Financière Marc de Lacharrière S.E.
- Type: Societas Europaea
- Traded as: Euronext: FIM
- Industry: Financial services, Investment management
- Founded: 1991
- Headquarters: Paris, France
- Key people: Marc Ladreit de Lacharrière (Founder and CEO)
- Products: Credit ratings, Commercial real estate, Private equity fund
- Subsidiaries: North Colonnade Ltd, Fimalac Développement Webedia
- Website: www.fimalac.com

= Fimalac =

Financière Marc de Lacharrière S.E. (known as Fimalac) is a French holding company focusing on credit rating and risk management companies. It manages commercial real estate through North Colonnade Ltd, and private equity funds through its subsidiary Fimalac Développement.

==History==
Fimalac was created by Marc Ladreit de Lacharrière in 1991. He is the CEO, and holds 100% of the shares of the FIMALAC Group, that holds ~80% of Fimalac. It is headquartered in Paris. It operates in the United States, Canada, the United Kingdom, France and other members of the European Union, Asia, and South America.

In 2005, Fimalac acquired Algorithmics Inc., which it sold to IBM in October 2011. That year, it acquired 40% of Groupe Lucien Barrière.

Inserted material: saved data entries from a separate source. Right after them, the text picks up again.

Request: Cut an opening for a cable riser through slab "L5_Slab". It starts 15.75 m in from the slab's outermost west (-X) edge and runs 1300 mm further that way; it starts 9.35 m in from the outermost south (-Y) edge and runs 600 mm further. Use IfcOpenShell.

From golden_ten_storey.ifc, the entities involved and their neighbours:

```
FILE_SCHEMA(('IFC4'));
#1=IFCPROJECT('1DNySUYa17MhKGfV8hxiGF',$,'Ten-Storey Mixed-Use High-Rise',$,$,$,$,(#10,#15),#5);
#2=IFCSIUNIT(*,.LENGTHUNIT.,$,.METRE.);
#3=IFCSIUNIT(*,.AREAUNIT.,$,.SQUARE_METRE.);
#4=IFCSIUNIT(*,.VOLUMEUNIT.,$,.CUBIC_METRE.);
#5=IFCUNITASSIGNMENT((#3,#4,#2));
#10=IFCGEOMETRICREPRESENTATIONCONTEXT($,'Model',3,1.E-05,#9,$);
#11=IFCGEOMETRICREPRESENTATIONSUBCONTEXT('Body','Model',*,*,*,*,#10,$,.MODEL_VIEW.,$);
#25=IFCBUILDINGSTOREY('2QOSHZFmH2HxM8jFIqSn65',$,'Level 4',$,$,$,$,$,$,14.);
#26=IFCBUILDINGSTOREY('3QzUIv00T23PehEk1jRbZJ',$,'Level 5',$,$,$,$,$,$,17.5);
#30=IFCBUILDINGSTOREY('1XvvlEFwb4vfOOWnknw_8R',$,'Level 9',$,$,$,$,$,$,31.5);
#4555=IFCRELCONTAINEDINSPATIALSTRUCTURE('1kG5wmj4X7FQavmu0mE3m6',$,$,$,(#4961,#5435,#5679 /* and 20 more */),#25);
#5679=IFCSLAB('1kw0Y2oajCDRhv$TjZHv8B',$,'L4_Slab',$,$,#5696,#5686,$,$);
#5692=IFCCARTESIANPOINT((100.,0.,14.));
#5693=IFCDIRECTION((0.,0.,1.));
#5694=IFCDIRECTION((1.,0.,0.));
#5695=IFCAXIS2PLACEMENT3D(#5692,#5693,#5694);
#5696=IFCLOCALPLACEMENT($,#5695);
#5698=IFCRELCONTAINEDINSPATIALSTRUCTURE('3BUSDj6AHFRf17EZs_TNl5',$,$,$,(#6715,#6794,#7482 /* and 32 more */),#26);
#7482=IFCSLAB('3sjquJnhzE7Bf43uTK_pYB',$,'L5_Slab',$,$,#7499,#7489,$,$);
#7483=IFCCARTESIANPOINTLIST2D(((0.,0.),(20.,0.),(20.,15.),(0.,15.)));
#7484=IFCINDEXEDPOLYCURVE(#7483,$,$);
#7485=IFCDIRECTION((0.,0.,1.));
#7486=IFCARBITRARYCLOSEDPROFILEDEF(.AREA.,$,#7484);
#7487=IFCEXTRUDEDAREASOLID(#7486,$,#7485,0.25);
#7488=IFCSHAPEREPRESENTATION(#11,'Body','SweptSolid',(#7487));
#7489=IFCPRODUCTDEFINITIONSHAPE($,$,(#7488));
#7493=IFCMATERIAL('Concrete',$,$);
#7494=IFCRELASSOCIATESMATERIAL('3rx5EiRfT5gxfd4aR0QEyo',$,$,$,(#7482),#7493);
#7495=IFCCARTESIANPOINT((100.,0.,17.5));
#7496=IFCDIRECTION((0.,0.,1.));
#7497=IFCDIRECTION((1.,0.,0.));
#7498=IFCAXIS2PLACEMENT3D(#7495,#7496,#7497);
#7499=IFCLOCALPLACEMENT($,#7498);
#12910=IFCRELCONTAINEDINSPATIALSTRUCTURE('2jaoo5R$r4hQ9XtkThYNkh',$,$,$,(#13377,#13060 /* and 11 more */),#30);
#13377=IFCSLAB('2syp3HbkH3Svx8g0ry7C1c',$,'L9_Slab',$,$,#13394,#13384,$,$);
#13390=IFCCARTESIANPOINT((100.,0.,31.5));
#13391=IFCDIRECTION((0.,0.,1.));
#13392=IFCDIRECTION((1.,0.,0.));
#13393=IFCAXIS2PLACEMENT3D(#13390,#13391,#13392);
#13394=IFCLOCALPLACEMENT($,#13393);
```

```python
import numpy as np
import ifcopenshell
import ifcopenshell.api.feature
import ifcopenshell.api.geometry
import ifcopenshell.api.root
import ifcopenshell.geom
import ifcopenshell.util.placement
import ifcopenshell.util.representation
import ifcopenshell.util.shape
import ifcopenshell.util.unit

model = ifcopenshell.open("golden_ten_storey.ifc")
unit_scale = ifcopenshell.util.unit.calculate_unit_scale(model)
settings = ifcopenshell.geom.settings()


def volume(element):
    """Net volume in cubic metres, openings subtracted."""
    shape = ifcopenshell.geom.create_shape(settings, element)
    return ifcopenshell.util.shape.get_volume(shape.geometry)


slab = model.by_guid("3sjquJnhzE7Bf43uTK_pYB")
before = volume(slab)

# Extent in the slab's own axes, in metres. The edges named are its -X and -Y sides.
slab_shape = ifcopenshell.geom.create_shape(settings, slab)
vertices = ifcopenshell.util.shape.get_vertices(slab_shape.geometry)
x_min, y_min, bottom = vertices.min(axis=0)
top = vertices[:, 2].max()

opening = ifcopenshell.api.root.create_entity(model, ifc_class="IfcOpeningElement", name="Cable riser opening", predefined_type="OPENING")
context = ifcopenshell.util.representation.get_context(model, "Model", "Body", "MODEL_VIEW")
width, depth = 1.3, 0.6
outline = [(0.0, 0.0), (width, 0.0), (width, depth), (0.0, depth), (0.0, 0.0)]
# Overshoot both faces by 50 mm so the cut is clean.
shape = ifcopenshell.api.geometry.add_slab_representation(
    model, context=context, depth=top - bottom + 0.1, polyline=outline
)
ifcopenshell.api.geometry.assign_representation(model, product=opening, representation=shape)

matrix = ifcopenshell.util.placement.get_local_placement(slab.ObjectPlacement)
matrix[:, 3] = matrix @ np.append(np.array([x_min + 15.75, y_min + 9.35, bottom - 0.05]) / unit_scale, 1.0)
ifcopenshell.api.geometry.edit_object_placement(model, product=opening, matrix=matrix, is_si=False)
ifcopenshell.api.feature.add_feature(model, feature=opening, element=slab)

after = volume(slab)

print(f"slab volume {before:.3f} -> {after:.3f} m3")

model.write("golden_ten_storey_v2.ifc")
```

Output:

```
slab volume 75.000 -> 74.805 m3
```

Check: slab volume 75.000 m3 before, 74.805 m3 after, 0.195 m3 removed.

In 2018, Fimalac sold its last 20% of Fitch Ratings to Hearst Communications.

==Divisions==

=== North Colonnade Ltd. ===
Fimalac operates in the real estate sector, mainly through North Colonnade Ltd. North Colonnade owns a major office building project in the Canary Wharf estate in London set to open in 2009. Part of the building will be occupied by Fitch Group. This 320,000 sq ft property is expected to generate recurring revenues for Fimalac over a long period.

=== Fimalac Développement ===
The company has a diversified investment portfolio through its Fimalac Développement subsidiary. The private equity fund acquires stakes in competitive companies with growth potential. Fimalac owns stakes in companies such as Stadôme, Auguri Productions, and a 34% interest in Groupe Lucien Barrière from Accor.

=== Webedia S.A. ===

Webedia logo since 2022.

Webedia Group, founded in France in 2007, is a subsidiary of Fimalac since 2013. It specializes in online publishing and now operates in multiple countries. Webedia properties include: Puremédias, Overblog, IGN France, Terrafemina, AlloCiné, Jeuxvideo.com in France; GamePro Germany (de), IGN Deutschland, GameStar, Moviepilot.de in Germany; GetHero, Gry-Online.pl and Gamepressure.com in Poland; IGN España, 3DJuegos, Vizz Agency in Spain; Boxoffice Pro in the United States; and other local versions of Vizz Agency, IGN, 3DJuegos, Allociné, etc. in Brazil, Latin America, Turkey, Saudi Arabia.